The numerical simulations showed that for the case of local advection of infected cells (see Figures 7 and 8), the ratio $ \mathcal{R}_{F} $ of fibre versus non-fibre components of the ECM combined with the strength of cell-fibre ECM adhesion played an important role in the extent of spatial spread of tumour cells. In particular, very large $ \mathcal{R}_{F} $ ratios seemed to cause an accumulation of OVs at particular positions in space (see Figures 7(a)–8(c), where tumours exhibited less spatial spread for large $ \mathcal{R}_{F} $). Larger $ \mathcal{R}_{F} $ ratios also led to a more pronounced tumour cell movement along the ECM fibres. This pronounced directional movement of cancer cells along the fibres could be obtained also for lower $ \mathcal{R}_{F} $ ratios, but by considering explicit non-local interactions for the advection of infected cells (see Figure 10(a) versus Figure 7(a)).

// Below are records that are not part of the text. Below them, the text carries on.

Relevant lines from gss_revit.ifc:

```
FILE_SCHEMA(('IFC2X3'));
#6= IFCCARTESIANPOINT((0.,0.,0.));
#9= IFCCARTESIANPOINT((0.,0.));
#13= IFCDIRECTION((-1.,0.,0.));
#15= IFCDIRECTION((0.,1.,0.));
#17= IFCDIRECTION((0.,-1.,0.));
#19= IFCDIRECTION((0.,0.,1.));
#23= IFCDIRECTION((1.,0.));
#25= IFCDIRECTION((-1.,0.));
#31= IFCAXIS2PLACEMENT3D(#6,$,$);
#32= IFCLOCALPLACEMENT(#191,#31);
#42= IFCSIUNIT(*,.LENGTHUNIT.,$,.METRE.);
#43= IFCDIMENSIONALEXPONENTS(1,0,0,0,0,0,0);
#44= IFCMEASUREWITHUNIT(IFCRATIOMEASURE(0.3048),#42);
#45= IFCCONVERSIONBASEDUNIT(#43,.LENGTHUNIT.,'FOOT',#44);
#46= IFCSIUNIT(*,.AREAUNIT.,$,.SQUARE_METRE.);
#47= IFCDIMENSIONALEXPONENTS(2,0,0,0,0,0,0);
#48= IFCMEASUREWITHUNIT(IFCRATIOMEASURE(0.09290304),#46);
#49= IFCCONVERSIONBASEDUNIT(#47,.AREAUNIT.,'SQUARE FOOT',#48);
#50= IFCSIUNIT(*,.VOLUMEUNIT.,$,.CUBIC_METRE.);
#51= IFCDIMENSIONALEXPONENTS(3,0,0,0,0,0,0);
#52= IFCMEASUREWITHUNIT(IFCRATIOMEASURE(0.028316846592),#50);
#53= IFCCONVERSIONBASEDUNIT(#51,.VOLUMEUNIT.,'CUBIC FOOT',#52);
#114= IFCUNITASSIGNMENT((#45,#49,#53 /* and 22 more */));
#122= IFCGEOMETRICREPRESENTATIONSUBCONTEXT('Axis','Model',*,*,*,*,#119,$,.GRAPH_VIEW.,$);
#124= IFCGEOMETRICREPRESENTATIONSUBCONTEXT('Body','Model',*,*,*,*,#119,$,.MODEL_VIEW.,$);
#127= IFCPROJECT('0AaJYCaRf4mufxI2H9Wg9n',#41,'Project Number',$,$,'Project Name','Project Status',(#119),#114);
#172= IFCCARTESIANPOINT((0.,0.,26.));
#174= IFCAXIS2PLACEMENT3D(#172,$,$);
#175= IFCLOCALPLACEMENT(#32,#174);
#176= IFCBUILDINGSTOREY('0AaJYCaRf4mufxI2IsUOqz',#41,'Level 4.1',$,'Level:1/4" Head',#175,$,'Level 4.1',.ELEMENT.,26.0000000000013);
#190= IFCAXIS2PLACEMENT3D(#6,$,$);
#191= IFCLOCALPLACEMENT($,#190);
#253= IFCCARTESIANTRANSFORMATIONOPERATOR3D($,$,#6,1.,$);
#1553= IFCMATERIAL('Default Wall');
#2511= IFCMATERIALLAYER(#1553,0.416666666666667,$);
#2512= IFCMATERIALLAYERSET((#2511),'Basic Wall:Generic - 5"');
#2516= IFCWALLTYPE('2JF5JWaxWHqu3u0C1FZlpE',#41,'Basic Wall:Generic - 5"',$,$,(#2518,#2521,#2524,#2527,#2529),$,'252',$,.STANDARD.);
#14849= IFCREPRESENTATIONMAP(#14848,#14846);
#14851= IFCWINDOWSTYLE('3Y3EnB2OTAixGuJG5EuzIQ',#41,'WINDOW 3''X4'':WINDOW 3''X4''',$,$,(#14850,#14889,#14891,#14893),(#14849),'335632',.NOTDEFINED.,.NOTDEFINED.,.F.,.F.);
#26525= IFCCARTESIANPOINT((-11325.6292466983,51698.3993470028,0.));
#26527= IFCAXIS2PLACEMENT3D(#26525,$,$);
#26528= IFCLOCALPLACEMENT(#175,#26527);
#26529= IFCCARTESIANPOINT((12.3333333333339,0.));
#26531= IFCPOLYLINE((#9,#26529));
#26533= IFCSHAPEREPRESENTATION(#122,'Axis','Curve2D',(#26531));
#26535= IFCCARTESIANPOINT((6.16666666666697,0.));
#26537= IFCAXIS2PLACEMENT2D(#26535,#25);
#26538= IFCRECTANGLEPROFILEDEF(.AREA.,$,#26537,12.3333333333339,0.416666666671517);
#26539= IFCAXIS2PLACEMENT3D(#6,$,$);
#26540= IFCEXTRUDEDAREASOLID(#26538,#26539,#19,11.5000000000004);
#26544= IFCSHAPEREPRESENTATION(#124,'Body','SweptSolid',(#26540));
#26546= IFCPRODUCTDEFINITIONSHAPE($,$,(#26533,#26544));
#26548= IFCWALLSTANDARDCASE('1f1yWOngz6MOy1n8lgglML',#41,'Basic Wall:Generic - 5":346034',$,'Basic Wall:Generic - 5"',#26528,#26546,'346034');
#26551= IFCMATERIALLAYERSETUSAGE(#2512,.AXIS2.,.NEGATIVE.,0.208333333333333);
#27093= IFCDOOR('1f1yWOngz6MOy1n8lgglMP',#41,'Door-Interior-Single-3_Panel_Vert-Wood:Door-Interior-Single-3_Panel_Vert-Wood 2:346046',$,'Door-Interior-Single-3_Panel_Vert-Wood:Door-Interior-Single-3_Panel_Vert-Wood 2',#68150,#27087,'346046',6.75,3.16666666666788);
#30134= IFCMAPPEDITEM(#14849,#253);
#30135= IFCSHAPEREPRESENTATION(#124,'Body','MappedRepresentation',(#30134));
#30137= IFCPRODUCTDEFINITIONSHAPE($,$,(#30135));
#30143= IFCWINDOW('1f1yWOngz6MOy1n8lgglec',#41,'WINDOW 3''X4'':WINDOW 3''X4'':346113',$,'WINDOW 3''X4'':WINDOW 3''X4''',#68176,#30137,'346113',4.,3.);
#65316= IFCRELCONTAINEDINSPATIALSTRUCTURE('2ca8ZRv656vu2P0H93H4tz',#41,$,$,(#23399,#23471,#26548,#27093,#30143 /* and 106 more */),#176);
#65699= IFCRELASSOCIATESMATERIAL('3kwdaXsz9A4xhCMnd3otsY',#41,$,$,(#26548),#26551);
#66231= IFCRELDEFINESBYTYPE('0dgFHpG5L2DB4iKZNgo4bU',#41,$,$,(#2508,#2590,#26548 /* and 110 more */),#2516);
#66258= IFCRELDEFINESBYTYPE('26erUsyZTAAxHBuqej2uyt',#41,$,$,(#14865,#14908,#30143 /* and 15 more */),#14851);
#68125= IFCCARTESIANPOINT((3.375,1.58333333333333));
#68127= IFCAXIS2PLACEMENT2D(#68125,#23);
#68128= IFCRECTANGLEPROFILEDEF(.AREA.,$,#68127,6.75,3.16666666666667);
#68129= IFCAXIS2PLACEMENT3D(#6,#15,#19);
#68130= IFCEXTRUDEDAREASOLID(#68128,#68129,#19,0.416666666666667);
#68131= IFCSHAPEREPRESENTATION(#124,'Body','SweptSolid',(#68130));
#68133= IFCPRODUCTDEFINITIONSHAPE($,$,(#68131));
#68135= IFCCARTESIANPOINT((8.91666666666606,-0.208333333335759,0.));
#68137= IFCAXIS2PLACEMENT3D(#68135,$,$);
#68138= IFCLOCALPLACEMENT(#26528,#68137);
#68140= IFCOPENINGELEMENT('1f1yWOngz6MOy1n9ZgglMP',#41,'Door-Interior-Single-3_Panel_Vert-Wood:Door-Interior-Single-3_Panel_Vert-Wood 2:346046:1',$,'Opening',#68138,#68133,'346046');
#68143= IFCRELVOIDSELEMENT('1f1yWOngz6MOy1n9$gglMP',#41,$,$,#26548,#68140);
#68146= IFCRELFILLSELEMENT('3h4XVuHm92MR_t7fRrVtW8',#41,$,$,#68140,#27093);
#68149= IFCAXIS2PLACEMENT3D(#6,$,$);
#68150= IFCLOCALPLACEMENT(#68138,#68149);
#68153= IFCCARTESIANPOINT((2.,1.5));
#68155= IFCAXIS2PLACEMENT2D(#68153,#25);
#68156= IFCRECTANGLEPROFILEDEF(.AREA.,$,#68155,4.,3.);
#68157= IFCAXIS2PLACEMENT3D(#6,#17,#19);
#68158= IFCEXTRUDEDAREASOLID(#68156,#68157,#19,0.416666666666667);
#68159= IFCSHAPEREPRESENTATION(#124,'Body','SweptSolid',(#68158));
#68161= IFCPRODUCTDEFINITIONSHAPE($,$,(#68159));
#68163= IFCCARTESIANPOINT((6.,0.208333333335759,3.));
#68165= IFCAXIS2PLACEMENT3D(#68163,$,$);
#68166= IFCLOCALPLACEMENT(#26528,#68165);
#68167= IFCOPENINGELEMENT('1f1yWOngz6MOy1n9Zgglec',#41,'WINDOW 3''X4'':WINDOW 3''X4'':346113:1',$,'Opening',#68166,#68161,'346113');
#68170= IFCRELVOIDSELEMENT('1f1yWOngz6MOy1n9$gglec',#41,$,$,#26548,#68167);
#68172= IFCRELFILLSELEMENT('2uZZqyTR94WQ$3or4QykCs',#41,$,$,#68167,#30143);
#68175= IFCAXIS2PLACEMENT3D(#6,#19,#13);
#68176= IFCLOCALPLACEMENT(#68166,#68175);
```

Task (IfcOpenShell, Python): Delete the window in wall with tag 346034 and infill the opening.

```python
import ifcopenshell
import ifcopenshell.api.feature
import ifcopenshell.api.root
import ifcopenshell.geom
import ifcopenshell.util.shape

model = ifcopenshell.open("gss_revit.ifc")
settings = ifcopenshell.geom.settings()


def volume(element):
    """Net volume in cubic metres, openings subtracted."""
    shape = ifcopenshell.geom.create_shape(settings, element)
    return ifcopenshell.util.shape.get_volume(shape.geometry)


window = model.by_id(30143)
opening = window.FillsVoids[0].RelatingOpeningElement
wall = opening.VoidsElements[0].RelatingBuildingElement
before = volume(wall)

ifcopenshell.api.root.remove_product(model, product=window)
ifcopenshell.api.feature.remove_feature(model, feature=opening)

after = volume(wall)

print(f"wall volume {before:.3f} -> {after:.3f} m3")

model.write("gss_revit_edited.ifc")
```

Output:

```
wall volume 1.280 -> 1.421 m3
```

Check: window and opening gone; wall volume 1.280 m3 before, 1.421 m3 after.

In this case, the spread of the virus inside tumour seemed to depend on the strength of cell-cell interactions, with larger $ S_{cc} $ causing higher viral accumulation at specific positions in space (Figure 11(b)). The nonlocal interactions between the infected cells and the environment (i.e., other cells and ECM components) played an important role in tumour and viral spatial spread only when the magnitude of these interactions was very high (see Figure 11(a)).

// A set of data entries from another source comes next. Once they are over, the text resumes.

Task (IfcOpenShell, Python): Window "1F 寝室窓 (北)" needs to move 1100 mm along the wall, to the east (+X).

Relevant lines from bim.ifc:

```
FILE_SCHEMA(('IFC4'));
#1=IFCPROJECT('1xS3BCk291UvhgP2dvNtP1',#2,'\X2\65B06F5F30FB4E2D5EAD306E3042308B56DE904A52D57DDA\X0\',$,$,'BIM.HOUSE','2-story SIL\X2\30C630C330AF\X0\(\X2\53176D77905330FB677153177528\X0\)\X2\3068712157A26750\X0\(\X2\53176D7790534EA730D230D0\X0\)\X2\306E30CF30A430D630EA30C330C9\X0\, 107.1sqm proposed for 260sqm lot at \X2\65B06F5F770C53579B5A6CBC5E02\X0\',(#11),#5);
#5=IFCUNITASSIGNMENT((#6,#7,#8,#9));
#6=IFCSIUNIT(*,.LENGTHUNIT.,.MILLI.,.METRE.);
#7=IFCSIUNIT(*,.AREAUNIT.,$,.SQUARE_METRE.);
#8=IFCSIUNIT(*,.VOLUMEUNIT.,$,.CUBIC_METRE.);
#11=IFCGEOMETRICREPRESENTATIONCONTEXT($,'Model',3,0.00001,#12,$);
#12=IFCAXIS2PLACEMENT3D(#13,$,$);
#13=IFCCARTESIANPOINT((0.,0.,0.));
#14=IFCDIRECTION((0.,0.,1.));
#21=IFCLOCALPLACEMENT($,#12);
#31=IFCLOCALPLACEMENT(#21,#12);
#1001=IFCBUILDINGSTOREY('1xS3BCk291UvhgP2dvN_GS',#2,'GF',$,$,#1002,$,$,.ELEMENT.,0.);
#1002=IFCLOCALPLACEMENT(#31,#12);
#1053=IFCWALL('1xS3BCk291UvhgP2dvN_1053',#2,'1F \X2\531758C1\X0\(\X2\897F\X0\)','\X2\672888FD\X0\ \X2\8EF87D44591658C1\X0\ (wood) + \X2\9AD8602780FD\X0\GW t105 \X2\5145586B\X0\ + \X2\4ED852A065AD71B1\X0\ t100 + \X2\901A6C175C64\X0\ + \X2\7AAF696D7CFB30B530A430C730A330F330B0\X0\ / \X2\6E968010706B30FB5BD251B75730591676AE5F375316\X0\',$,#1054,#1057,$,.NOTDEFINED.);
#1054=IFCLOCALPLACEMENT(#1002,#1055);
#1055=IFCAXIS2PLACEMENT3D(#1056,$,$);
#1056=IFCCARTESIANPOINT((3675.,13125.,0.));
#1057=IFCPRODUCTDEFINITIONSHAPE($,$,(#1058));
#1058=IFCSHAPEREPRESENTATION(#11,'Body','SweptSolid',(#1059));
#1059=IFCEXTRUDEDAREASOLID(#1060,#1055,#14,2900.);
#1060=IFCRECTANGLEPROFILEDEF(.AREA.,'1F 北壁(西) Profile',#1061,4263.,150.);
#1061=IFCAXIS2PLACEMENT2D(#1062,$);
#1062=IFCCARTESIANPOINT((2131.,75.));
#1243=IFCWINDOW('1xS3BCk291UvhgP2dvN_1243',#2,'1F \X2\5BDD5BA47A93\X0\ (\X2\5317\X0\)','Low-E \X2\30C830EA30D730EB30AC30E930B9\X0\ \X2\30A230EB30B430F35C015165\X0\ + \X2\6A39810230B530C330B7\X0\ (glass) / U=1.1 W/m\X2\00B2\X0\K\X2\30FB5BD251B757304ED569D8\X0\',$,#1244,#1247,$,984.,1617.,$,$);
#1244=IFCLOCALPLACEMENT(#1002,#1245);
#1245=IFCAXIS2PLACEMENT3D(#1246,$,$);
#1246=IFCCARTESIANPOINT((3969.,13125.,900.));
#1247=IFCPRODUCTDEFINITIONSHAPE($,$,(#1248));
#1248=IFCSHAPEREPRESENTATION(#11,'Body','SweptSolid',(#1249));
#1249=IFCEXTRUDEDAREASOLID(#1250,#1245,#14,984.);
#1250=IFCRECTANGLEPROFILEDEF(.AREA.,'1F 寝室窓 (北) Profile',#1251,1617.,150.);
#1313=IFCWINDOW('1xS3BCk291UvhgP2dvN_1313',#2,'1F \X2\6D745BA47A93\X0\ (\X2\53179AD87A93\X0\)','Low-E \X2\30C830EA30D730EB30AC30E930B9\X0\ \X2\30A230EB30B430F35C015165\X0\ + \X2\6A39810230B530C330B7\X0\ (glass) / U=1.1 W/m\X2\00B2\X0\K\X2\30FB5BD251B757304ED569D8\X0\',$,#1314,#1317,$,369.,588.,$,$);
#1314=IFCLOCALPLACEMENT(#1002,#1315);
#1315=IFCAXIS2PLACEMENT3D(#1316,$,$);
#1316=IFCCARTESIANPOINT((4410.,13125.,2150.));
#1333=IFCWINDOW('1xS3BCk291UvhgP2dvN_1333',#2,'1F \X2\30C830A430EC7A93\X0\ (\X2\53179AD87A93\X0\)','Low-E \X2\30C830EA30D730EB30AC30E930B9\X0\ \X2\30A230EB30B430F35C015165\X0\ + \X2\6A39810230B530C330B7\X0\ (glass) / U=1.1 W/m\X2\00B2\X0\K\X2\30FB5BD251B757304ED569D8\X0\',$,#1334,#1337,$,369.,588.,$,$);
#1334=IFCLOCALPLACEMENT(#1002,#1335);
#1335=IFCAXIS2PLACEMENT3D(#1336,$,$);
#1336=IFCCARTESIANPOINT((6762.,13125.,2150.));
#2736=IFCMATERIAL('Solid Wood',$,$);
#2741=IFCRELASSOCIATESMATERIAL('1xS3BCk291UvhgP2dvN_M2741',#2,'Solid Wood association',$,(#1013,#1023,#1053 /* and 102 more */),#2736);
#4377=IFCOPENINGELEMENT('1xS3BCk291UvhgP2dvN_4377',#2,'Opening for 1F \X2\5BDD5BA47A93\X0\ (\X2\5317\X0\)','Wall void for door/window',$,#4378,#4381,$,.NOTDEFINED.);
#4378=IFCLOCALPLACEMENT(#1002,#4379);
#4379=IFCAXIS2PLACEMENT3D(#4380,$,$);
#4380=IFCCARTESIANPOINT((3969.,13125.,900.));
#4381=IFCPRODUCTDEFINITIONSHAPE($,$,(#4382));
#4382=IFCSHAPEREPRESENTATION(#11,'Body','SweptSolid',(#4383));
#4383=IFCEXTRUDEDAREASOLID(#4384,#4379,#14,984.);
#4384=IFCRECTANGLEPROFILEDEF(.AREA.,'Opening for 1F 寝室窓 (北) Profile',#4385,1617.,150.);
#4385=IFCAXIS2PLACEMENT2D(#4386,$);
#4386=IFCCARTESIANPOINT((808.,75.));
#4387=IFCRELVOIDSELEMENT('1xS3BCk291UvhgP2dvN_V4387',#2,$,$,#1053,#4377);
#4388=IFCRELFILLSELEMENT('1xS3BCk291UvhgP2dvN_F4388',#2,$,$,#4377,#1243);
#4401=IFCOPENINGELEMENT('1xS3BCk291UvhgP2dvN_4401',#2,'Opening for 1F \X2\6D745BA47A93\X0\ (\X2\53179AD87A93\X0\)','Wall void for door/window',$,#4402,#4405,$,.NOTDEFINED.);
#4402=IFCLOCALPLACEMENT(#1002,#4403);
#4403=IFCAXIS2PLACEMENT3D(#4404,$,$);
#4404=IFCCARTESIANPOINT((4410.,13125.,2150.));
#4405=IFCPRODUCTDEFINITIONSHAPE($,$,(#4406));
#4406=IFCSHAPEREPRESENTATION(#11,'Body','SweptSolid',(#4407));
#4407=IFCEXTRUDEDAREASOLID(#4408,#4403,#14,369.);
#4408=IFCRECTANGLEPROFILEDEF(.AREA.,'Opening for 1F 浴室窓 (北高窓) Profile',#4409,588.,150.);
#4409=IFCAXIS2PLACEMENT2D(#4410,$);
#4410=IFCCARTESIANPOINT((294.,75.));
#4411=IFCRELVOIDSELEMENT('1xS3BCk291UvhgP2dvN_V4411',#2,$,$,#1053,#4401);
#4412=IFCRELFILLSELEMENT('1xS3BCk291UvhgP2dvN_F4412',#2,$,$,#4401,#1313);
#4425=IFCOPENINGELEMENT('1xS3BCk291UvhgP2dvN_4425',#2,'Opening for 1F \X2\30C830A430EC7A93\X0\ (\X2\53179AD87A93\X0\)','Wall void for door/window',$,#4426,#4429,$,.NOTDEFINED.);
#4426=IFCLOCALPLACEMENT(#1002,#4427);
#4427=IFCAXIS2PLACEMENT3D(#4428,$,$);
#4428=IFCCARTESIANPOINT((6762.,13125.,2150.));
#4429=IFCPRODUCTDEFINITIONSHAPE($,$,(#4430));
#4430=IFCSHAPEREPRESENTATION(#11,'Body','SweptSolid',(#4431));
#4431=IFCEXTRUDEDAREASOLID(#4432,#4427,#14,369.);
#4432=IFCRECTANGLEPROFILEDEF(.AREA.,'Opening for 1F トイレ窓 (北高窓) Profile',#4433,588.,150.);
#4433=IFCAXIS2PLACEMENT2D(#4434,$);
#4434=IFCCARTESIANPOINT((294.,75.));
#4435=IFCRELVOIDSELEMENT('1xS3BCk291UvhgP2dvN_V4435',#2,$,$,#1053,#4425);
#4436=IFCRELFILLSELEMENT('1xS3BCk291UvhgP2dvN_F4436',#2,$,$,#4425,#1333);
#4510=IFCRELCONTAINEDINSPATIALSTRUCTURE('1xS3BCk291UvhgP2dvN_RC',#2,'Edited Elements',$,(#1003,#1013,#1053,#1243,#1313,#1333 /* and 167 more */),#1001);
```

```python
import ifcopenshell
import ifcopenshell.api.geometry
import ifcopenshell.util.placement

model = ifcopenshell.open("bim.ifc")

window = model.by_guid("1xS3BCk291UvhgP2dvN_1243")
opening = window.FillsVoids[0].RelatingOpeningElement
wall = opening.VoidsElements[0].RelatingBuildingElement

wall_matrix = ifcopenshell.util.placement.get_local_placement(wall.ObjectPlacement)
shift = wall_matrix[:3, 0] * 1100.0
before = ifcopenshell.util.placement.get_local_placement(window.ObjectPlacement)[:3, 3].copy()

# The window is not placed relative to its opening, so move both.
for product in (opening, window):
    matrix = ifcopenshell.util.placement.get_local_placement(product.ObjectPlacement)
    matrix[:3, 3] += shift
    ifcopenshell.api.geometry.edit_object_placement(model, product=product, matrix=matrix, is_si=False)

after = ifcopenshell.util.placement.get_local_placement(window.ObjectPlacement)[:3, 3]
print("window moved by", (after - before).round(3) + 0.0)

model.write("bim_v2.ifc")
```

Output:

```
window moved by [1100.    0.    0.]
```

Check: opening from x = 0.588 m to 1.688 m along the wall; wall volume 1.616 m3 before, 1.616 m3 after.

All these numerical results suggested that for complex multi-scale biological problems it is difficult to discern between the different biological mechanisms behind the infected cells distribution (i.e., viral infection patterns), and directional versus omni-directional invasion of infected and non-infected tumour cells into the surrounding tissue. This uncertainty is also because many model parameters (and parameter ranges) used for the simulations were unknown and were estimated (i.e., "guessed").

The parametrisation of these types of multi-scale moving-boundary models, to make them more quantitatively relevant, is an open problem which involves different aspects. First, multi-scale data is not always available, and when such data exists it is the result of multiple experiments performed in different conditions for different biological systems and therefore it might not be at all relevant. Second, to apply the results to clinically-relevant situations one needs to perform an uncertainty and sensitivity analysis---which again, is an open problem for such multi-scale moving-boundary models. To make some progress with this issue, one needs to have multi-scale data from one single experimental setting, parametrise the model using this data, and then make further computational predictions that could be tested experimentally.

This work can be further generalised to investigate various aspects of the interactions between oncolytic virus particles and the tumour microenvironment: from the importance of combining OV therapies with other classical therapies such as chemotherapies, to the investigation of go or grow hypothesis within a two-phase heterogeneous ECM.

Acknowledgments

The first author would like to acknowledge the financial support received from the Saudi Arabian Cultural Bureau in the UK on behalf of Taibah University, Medina, Saudi Arabia.

Conflict of interest

All authors declare no conflicts of interest.